Where parents alleged that Gerber sold baby food products containing heavy metals at levels the plaintiffs considered unsafe, but their complaint suggested they paid for safe and healthy food for their children and apparently received just that, they failed to plausibly allege an injury and thus lacked standing.
Plaintiffs allege that certain products sold by Gerber Products Company contained harmful heavy metals at levels above what is considered safe for babies. And that, as a result, the baby food products contain materially misleading statements or omissions.
Defendant filed a motion to dismiss plaintiffs’ claims on several grounds including that (1) plaintiffs fail to state a plausible claim that they suffered an economic injury and that they are entitled to injunctive relief and (2) the Food and Drug Administration, or FDA, should determine what foods are unsafe under the primary jurisdiction doctrine.
Plaintiffs do not seek to establish standing on the basis of personal injury. Plaintiffs instead claim that, due to defendant’s material omissions, they did not “receive the benefit of their bargain and thus overpaid for the Gerber Baby Food Products.” But to state a concrete and particularized injury, a plaintiff must do more than allege she did not receive the benefit she thought she was obtaining. “The plaintiff must show that she did not receive a benefit for which she actually bargained.”
Here, plaintiffs paid for safe and healthy food for their children and apparently received just that — the benefit of their bargain. Accepting the pleadings as alleged, plaintiffs’ only complaint is that the baby food products’ levels of heavy metals are “unsatisfactory to [them].” Without more, such an assertion does not amount to a concrete and particularized injury. as such, this court finds that plaintiffs’ benefit of the bargain theory of economic harm is insufficient to establish an injury in fact for the purposes of Article III standing.
Plaintiffs also assert that “Gerber’s omissions created a ‘price premium’ for the Products and thus Plaintiffs did not receive the ‘benefit of their bargain.’” Plaintiffs fall short of establishing a price premium theory of economic harm for the same reasons they do not successfully articulate a benefit of the bargain theory: they fail to allege any facts showing the value of baby food products was less than what defendant falsely represented or what plaintiffs believed it to be at the time of purchase.

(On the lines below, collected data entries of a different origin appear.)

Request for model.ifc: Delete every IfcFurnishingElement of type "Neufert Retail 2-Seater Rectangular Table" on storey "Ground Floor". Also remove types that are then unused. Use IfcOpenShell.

First a look at what the model holds.

```python
import ifcopenshell
import ifcopenshell.util.element

model = ifcopenshell.open("model.ifc")
print(model.schema)
storey = next(s for s in model.by_type("IfcBuildingStorey") if s.Name == "Ground Floor")
furniture = [e for e in ifcopenshell.util.element.get_decomposition(storey) if e.is_a("IfcFurnishingElement")]
seen = {}
for e in furniture:
    element_type = ifcopenshell.util.element.get_type(e)
    name = element_type.Name if element_type not in (None, e) else None
    seen[name] = seen.get(name, 0) + 1
for name, count in sorted(seen.items(), key=str):
    print(count, "x", name)
```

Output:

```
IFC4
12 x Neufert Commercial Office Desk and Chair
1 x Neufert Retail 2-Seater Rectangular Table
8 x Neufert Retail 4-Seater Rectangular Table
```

```python
import ifcopenshell
import ifcopenshell.api.root
import ifcopenshell.util.element

model = ifcopenshell.open("model.ifc")

storey = next(s for s in model.by_type("IfcBuildingStorey") if s.Name == "Ground Floor")
furniture = [e for e in ifcopenshell.util.element.get_decomposition(storey) if e.is_a("IfcFurnishingElement")]
targets = [e for e in furniture if (t := ifcopenshell.util.element.get_type(e)) not in (None, e) and t.Name == "Neufert Retail 2-Seater Rectangular Table"]
types = {ifcopenshell.util.element.get_type(e) for e in targets} - {None, *targets}

for e in targets:
    ifcopenshell.api.root.remove_product(model, product=e)
print(len(targets), "removed")

unused = [t for t in types if not ifcopenshell.util.element.get_types(t)]
for t in unused:
    ifcopenshell.api.root.remove_product(model, product=t)
print(len(unused), "unused types removed")

model.write("model_v2.ifc")
```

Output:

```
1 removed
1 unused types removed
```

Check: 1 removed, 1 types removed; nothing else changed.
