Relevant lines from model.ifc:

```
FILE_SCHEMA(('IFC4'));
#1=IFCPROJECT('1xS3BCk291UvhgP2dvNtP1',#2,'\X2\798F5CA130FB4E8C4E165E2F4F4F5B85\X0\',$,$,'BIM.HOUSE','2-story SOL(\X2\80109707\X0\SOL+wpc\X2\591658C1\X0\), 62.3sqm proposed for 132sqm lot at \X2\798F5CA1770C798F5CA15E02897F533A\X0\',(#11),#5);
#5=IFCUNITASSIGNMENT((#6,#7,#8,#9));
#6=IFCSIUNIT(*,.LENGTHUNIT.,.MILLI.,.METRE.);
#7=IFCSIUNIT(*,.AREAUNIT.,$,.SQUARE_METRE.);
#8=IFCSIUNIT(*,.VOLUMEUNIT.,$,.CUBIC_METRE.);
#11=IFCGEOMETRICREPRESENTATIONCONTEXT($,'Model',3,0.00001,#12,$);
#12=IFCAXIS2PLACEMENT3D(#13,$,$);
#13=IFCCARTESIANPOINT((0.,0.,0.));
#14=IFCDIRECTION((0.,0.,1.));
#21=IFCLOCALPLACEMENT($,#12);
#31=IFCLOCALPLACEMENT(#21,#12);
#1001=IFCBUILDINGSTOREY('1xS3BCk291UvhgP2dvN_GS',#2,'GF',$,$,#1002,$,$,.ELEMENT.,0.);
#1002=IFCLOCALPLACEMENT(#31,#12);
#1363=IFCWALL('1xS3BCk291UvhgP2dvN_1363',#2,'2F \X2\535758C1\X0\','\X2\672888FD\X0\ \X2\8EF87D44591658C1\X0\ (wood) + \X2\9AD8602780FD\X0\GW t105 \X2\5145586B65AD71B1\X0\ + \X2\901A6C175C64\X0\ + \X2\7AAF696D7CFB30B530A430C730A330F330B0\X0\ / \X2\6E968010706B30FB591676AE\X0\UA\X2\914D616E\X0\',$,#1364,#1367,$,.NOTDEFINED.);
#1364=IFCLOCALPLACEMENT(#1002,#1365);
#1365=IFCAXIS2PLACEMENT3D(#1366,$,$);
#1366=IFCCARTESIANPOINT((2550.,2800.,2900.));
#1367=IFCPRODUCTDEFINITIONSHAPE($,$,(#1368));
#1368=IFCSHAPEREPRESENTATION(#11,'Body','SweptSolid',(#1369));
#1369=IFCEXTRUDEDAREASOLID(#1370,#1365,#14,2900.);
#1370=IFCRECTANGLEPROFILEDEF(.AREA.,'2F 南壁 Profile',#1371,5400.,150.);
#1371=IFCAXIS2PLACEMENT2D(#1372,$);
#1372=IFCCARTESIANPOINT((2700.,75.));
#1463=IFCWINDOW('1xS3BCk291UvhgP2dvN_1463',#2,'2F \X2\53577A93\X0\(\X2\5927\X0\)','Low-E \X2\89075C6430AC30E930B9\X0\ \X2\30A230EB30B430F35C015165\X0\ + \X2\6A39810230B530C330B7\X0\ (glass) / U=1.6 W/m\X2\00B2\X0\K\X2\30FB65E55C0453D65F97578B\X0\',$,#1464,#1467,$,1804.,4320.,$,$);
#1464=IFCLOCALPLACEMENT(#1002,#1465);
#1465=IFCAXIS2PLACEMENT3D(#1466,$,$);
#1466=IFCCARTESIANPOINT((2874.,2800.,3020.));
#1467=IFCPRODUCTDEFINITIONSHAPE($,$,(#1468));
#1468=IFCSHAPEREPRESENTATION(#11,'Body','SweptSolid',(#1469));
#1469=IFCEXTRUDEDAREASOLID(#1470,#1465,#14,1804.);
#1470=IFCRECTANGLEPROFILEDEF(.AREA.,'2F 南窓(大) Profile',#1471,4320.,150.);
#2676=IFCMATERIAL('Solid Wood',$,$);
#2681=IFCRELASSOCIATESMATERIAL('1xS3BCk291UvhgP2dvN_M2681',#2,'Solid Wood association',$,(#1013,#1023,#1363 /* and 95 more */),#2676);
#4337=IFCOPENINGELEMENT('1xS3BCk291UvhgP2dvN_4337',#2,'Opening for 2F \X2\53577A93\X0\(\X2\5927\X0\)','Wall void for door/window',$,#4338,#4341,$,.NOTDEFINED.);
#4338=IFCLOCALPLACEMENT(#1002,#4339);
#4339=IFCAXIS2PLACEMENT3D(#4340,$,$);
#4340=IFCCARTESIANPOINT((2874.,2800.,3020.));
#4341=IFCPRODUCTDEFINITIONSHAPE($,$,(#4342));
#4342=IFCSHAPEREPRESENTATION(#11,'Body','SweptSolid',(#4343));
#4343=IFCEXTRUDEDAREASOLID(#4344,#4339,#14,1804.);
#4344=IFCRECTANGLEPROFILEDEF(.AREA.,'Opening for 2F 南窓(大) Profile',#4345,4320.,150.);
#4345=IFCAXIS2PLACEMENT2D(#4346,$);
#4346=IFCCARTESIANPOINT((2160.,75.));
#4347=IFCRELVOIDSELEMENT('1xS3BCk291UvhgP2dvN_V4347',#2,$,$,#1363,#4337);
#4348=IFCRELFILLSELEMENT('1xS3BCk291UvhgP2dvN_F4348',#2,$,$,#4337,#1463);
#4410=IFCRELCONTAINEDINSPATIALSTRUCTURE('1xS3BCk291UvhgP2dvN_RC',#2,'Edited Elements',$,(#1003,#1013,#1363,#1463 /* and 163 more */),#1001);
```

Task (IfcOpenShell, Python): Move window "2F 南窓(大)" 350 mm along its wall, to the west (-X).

```python
import ifcopenshell
import ifcopenshell.api.geometry
import ifcopenshell.util.placement
import ifcopenshell.util.unit

model = ifcopenshell.open("model.ifc")
unit_scale = ifcopenshell.util.unit.calculate_unit_scale(model)

window = model.by_guid("1xS3BCk291UvhgP2dvN_1463")
opening = window.FillsVoids[0].RelatingOpeningElement
wall = opening.VoidsElements[0].RelatingBuildingElement

wall_matrix = ifcopenshell.util.placement.get_local_placement(wall.ObjectPlacement)
shift = wall_matrix[:3, 0] * -0.35 / unit_scale
before = ifcopenshell.util.placement.get_local_placement(window.ObjectPlacement)[:3, 3].copy()

# The window is not placed relative to its opening, so move both.
for product in (opening, window):
    matrix = ifcopenshell.util.placement.get_local_placement(product.ObjectPlacement)
    matrix[:3, 3] += shift
    ifcopenshell.api.geometry.edit_object_placement(model, product=product, matrix=matrix, is_si=False)

after = ifcopenshell.util.placement.get_local_placement(window.ObjectPlacement)[:3, 3]
print("window moved by", (after - before).round(3) + 0.0)

model.write("model_v2.ifc")
```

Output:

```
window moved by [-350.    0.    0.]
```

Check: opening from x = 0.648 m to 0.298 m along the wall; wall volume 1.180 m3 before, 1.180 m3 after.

Although plaintiffs allege they “overpaid” for defendant’s baby food products, they do not allege how much they paid for the baby food products, how much they would have paid had the material facts been disclosed or any other details regarding the alleged price premium. Accordingly, the court finds plaintiffs fail to plead an economic injury under either a benefit of the bargain or price premium theory; therefore, they lack standing to pursue monetary damages for their alleged claims.
In addition to monetary damages, plaintiffs seek an order enjoining defendant from selling the baby food products. Because they have not alleged a likelihood of continuing or future harm, however, plaintiffs lack standing to seek this form of equitable relief.
Defendant argues the FDA should determine what amounts of heavy metals are safe. Accordingly, defendant seeks dismissal of this case under the primary jurisdiction doctrine pending the FDA’s forthcoming determination on these issues.
Fourth Circuit precedent weighs in favor of finding the FDA has primary jurisdiction over the issues in this case. First, while the ultimate question of defendant’s liability for alleged material omissions is within the conventional experience of the court, resolution of plaintiffs’ claims depends on technical and policy considerations within the FDA’s field of expertise.
Second, the question at issue is particularly within the FDA’s discretion. Third, the substantial danger of inconsistent rulings also weighs in favor of finding the FDA has primary jurisdiction. Any decision by the court regarding what level of heavy metals is harmful enough to require a warning label on the baby food products will likely result in a patchwork of decisions that vary by location, court, manufacturer and product, resulting in different labeling standards for substantially similar baby food products produced by different manufacturers.
Defendant’s motion to dismiss granted.
In re: Gerber Products Company Heavy Metals Baby Food Litigation, Case No. 1:21-cv-269, Oct. 17, 2022. EDVA at Alexandria (Nachmanoff). VLW 022-3-470. 28 pp.